Si se me permite plantearlo de otro modo, vivimos presos entre redes o tejidos de signos.
Debido
a
tal
maraña
de
significaciones, es muy habitual el no saber entender o no poder interpretar el “justo” valor de una relación sígnica. O es la palabra que consideramos ofensiva cuando apenas era una broma; o es el vestuario que, tratando de ser original, se convierte en un signo de consumo masivo. O es el roce accidental que leemos como caricia amorosa; o es el gesto tímido que entendemos como hostilidad. Entre tal barullo de signos, no siempre tenemos la certera puntería para identificarlos o el suficiente tacto para palpar su intensidad. Quizá, en esa falta de “precisión” sobre la significación, en la ausencia de ese “espíritu de fineza” que reclamaba Pascal, radique el potencial o la necesidad de estudiar semiótica.
No quisiera, sin embargo, cerrar estas ideas alrededor de la semiótica general como “teoría de la mentira” con un sabor de pesimismo o escepticismo a ultranza. Si hay algo que ha caracterizado al hombre es su deseo por salir del engaño, de la ilusión. Por aceptar su entorno y aceptarse. En tal propósito, veo una ética que al menos debería servirnos como brújula en este viaje por la cultura: el de procurar no engañarnos, el de no mentirnos a nosotros mismos, el de mantener la suficiente
justicia sobre nuestra conciencia.
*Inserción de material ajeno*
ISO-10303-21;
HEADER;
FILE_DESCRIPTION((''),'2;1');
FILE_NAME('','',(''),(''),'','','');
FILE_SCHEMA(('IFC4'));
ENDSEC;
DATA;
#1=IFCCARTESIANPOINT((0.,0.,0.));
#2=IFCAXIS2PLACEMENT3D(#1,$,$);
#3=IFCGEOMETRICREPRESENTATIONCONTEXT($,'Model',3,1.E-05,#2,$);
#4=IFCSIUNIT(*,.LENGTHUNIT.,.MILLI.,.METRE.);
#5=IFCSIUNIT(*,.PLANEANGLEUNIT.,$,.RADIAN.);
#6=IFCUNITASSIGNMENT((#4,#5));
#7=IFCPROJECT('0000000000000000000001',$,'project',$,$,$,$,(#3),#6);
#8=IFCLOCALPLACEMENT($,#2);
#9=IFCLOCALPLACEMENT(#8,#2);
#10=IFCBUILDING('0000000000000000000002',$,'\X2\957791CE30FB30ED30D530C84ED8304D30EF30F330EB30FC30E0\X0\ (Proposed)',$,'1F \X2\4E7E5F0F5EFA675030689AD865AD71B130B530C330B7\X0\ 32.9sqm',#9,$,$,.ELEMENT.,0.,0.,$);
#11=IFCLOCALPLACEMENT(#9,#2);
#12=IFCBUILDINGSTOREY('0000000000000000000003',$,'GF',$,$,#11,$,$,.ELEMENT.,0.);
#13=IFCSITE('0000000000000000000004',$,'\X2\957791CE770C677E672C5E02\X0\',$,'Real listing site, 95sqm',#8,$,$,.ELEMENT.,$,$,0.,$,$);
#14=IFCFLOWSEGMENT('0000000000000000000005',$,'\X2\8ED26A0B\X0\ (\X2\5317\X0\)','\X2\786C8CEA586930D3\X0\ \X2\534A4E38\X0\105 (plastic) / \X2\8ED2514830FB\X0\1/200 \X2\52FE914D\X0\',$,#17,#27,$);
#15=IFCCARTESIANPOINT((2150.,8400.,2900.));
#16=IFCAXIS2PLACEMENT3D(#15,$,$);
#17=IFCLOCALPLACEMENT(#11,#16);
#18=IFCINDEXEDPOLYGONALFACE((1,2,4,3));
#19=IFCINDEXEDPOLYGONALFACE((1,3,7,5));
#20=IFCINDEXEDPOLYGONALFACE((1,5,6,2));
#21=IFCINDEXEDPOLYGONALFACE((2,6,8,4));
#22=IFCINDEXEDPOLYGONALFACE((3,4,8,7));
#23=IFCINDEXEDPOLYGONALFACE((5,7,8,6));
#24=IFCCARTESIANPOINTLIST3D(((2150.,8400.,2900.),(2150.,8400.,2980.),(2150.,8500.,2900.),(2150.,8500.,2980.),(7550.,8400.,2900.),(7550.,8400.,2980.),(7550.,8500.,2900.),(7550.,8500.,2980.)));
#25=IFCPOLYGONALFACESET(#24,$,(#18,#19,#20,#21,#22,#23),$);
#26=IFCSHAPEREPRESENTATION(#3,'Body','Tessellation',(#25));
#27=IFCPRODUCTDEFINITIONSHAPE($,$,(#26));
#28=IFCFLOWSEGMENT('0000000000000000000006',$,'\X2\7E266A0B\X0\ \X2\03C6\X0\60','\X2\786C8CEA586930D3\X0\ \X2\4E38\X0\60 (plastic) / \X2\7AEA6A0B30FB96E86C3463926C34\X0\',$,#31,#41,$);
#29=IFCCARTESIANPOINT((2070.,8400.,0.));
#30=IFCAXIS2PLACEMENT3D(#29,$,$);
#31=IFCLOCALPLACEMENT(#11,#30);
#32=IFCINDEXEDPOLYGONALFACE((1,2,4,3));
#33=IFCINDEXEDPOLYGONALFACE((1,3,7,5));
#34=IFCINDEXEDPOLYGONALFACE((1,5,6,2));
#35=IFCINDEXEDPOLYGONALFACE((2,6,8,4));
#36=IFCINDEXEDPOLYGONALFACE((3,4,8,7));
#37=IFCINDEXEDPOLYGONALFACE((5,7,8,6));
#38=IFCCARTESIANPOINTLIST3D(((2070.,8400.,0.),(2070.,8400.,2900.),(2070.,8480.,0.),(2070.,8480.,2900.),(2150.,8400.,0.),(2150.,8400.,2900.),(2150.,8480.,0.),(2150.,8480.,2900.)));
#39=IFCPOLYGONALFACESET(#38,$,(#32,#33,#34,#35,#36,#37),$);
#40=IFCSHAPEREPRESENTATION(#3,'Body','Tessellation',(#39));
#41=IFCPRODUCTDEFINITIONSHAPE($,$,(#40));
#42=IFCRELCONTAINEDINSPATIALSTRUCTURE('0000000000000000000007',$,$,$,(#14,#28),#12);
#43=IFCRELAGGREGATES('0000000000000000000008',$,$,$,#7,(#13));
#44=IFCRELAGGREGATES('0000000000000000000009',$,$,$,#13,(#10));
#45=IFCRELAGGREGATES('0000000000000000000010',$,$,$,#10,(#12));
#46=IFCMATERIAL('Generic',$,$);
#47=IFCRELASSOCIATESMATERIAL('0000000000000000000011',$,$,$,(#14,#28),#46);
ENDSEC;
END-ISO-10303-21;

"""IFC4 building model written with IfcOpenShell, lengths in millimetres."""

from ifc_helpers import new_model, si_unit, frame, frame_2d, origin, place, context, project, spatial, rectangle, extrude, material, element, save


model = new_model("IFC4")

# Units and contexts
model_context = context("Model", 3, precision=1e-05, world=origin())
ifc_project = project(units=[si_unit("LENGTHUNIT", "METRE", prefix="MILLI"), si_unit("PLANEANGLEUNIT", "RADIAN")], contexts=[model_context])

# Site, building, storey
site_placement = place(None, origin())
site = spatial("IfcSite", under=ifc_project, at=site_placement, Name="長野県松本市", ObjectType="Real listing site, 95sqm", CompositionType="ELEMENT", RefElevation=0.0)
building_placement = place(site_placement, origin())
building = spatial("IfcBuilding", under=site, at=building_placement, Name="長野・ロフト付きワンルーム (Proposed)", ObjectType="1F 乾式建材と高断熱サッシ 32.9sqm", CompositionType="ELEMENT", ElevationOfRefHeight=0.0, ElevationOfTerrain=0.0)
storey_placement = place(building_placement, origin())
storey = spatial("IfcBuildingStorey", under=building, at=storey_placement, Name="GF", CompositionType="ELEMENT", Elevation=0.0)

# Shared definitions
ifc_material_1 = material(Name="Generic")

# Flow segments
flow_segment_1_placement = place(storey_placement, frame((2150.0, 8400.0, 2900.0)))
element("IfcFlowSegment", 1, at=flow_segment_1_placement, inside=storey, material=ifc_material_1, Name="軒樋 (北)", Description="硬質塩ビ 半丸105 (plastic) / 軒先・1/200 勾配", context=model_context, shape_type="SweptSolid", body=[
    extrude(rectangle(XDim=5400.0, YDim=100.0, at=frame_2d((2700.0, 50.0))), frame((2150.0, 8400.0, 2900.0)), (0.0, 0.0, 1.0), 80.0),
])
flow_segment_2_placement = place(storey_placement, frame((2070.0, 8400.0, 0.0)))
element("IfcFlowSegment", 2, at=flow_segment_2_placement, inside=storey, material=ifc_material_1, Name="縦樋 φ60", Description="硬質塩ビ 丸60 (plastic) / 竪樋・雨水排水", context=model_context, shape_type="SweptSolid", body=[
    extrude(rectangle(XDim=80.0, YDim=80.0, at=frame_2d((40.0, 40.0))), frame((2070.0, 8400.0, 0.0)), (0.0, 0.0, 1.0), 2900.0),
])

save(model, "model.ifc")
Y manteniendo tal “cordura interior”, lo otro, el no mentir a los demás, el no engañar a nuestros semejantes, parece apenas un deber elemental. Sin embargo, por trabajar con signos, por trasegar con esa dinamita especial de la significación, no podemos asumir la posición del cándido o el crédulo. Aunque promulguemos una ética, aunque mantengamos izada la bandera de lo verídico, siempre tendremos que habérnoslas con “malhechores y malandrines”, como diría Don Quijote.
No hay que olvidarlo: en los mismos signos que constituyen la tela de Penélope, se hallan inscritos los hechizos de Circe.